Negative re-rating for BNPL continues as Afterpay gets clipped
Tech
The broader negative re-rating for ASX BNPL stocks — market darlings in the post-COVID boom — has continued with another sharp selloff this morning.
Afterpay (ASX:APT) got belted after its soon-to-be parent, Nasdaq-listed Block Inc, slumped by more than 8% overnight.
US tech stocks got clipped on Wednesday following the latest updates on 2022 interest rates from the Federal Reserve.
Minutes from the bank’s latest meeting showed Fed committee members were warming to the idea of faster-than-expected rate hikes to try and tame inflation.
While that was no different to what the bank said at its meeting last month, bond yields have continued edge higher since then and they rose again overnight.
While higher inflation has been a central market topic for 6+ months, the market reaction has been varied in that time. And the prospect of higher rates didn’t stop global stocks from pushing to new all-time highs in December.
But the overnight price action shows that as policy begins to tighten at the edges, it at least has the capacity to increase volatility.
Afterpay followed Block Inc lower with a fall of almost 10%, Splitit (ASX:SPT) got pummelled as well while Zip Co (ASX:Z1P) and Sezzle (ASX:SZL) continued their recent retreat.
The latest sector falls are in line with a bearish market outlook put forth by tech investor Dean Fergie, in an interview with Stockhead at the end of December.
Amid the broader selloff, there was a notable BNPL deal as Latitude Group (ASX:LFS) lobbed a $335m cash-and-share bid to acquire the BNPL operations of fintech lender Humm (ASX:HUM).
The news followed a market update by Humm on December 20, where it flagged possible takeover interest for all or part of the company.
The two companies have signed a non-binding heads of agreement pending additional due diligence this month.
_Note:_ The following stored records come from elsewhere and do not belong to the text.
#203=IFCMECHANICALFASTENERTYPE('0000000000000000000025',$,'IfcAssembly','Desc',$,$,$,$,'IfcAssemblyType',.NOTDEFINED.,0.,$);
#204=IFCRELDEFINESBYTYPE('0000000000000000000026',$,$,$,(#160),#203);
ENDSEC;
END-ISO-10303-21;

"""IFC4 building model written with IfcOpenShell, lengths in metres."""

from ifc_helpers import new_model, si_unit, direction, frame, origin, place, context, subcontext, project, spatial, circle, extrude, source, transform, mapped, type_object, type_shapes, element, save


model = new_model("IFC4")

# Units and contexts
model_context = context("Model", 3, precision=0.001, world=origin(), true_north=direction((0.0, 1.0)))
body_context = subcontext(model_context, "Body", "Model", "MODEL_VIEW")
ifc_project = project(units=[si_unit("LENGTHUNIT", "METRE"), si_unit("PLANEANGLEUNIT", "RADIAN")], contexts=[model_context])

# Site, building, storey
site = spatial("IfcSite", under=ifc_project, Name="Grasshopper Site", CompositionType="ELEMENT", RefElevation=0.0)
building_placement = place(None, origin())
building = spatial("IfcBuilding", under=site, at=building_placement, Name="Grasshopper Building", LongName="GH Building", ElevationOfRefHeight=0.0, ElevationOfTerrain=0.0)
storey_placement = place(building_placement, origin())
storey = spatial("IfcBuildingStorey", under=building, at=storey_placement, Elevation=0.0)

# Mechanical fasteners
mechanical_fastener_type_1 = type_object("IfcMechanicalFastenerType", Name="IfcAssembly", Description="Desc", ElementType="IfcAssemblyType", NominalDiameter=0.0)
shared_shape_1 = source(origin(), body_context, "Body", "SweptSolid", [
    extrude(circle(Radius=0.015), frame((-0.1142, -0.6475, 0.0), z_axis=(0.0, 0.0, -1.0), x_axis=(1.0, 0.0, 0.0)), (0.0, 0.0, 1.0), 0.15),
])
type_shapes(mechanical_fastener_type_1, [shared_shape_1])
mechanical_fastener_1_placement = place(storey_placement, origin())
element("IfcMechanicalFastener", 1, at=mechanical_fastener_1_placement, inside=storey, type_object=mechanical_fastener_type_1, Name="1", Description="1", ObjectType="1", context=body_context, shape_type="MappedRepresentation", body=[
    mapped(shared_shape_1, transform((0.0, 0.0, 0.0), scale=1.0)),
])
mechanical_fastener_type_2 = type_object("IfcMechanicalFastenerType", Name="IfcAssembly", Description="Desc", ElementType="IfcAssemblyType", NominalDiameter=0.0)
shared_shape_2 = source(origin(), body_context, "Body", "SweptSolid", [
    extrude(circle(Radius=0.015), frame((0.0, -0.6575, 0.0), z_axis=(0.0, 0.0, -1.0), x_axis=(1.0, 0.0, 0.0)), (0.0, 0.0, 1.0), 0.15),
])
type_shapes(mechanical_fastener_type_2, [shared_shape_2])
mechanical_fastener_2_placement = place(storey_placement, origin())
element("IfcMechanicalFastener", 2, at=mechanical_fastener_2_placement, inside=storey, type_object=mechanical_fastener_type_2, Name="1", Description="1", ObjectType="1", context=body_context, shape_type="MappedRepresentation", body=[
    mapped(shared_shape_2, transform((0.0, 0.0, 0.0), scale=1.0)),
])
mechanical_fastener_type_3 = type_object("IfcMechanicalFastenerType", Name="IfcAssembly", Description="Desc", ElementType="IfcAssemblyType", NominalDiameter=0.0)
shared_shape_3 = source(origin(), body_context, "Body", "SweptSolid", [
Market reaction to the deal was muted, as HUM shares dipped slightly while Latitude shares edged higher.
“Latitude has proposed consideration of 150 million Latitude shares (worth $300m based on a $2.00 Latitude share price) and $35 million cash,” the company said.
Humm’s consumer finance division includes a BNPL component, which LFS plans to merge into its pay-by-instalment service which provides interest-free BNPL services — primarily for larger consumer items.
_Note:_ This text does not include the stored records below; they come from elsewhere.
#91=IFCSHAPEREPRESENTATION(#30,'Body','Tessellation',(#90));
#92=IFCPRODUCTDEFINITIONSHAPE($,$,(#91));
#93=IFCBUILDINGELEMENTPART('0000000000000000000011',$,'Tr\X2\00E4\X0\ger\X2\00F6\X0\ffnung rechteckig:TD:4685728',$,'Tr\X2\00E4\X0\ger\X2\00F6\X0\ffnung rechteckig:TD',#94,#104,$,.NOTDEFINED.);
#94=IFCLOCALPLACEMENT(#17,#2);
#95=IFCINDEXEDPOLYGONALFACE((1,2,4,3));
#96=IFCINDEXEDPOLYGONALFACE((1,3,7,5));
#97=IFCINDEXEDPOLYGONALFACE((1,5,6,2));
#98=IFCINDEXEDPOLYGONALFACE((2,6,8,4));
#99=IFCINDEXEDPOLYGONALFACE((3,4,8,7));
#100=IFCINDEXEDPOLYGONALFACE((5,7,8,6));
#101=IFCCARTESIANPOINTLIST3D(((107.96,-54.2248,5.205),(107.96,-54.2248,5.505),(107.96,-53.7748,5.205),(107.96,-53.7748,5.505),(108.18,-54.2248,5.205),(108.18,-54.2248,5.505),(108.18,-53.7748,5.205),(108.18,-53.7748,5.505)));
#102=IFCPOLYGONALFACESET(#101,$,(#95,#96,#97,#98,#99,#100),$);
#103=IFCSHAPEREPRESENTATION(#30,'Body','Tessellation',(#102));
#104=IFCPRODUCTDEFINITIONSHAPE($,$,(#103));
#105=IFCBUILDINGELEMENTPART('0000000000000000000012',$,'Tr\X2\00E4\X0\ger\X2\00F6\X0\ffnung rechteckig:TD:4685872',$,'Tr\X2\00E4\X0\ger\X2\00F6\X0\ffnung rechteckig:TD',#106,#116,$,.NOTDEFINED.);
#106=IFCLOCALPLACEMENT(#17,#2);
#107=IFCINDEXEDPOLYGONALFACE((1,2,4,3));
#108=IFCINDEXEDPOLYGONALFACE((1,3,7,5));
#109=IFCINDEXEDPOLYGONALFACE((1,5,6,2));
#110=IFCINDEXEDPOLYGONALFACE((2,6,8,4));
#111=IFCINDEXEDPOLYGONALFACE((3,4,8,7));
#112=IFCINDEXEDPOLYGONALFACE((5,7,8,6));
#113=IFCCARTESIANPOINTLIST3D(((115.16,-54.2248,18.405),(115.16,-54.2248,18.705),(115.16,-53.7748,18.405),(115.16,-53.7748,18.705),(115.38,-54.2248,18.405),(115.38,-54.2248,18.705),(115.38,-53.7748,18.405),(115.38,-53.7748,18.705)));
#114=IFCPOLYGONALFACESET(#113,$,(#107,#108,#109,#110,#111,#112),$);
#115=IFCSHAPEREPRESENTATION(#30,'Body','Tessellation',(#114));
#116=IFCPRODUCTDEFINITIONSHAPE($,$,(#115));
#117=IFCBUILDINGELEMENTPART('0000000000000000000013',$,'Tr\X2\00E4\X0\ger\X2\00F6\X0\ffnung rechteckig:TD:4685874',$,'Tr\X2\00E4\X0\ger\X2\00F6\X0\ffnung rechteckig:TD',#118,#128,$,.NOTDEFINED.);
The acquisition of Humm’s consumer finance division would leave it as the sole operator of its separate SME lending division.
“We believe that the Latitude proposal is potentially attractive to HUM shareholders and warrants due diligence and detailed negotiation,” HUM chair Christine Christian said.
Latitude said the two parties expect to sign completion documents by the end of this month, with the deal then to be finalised by the end of the June quarter.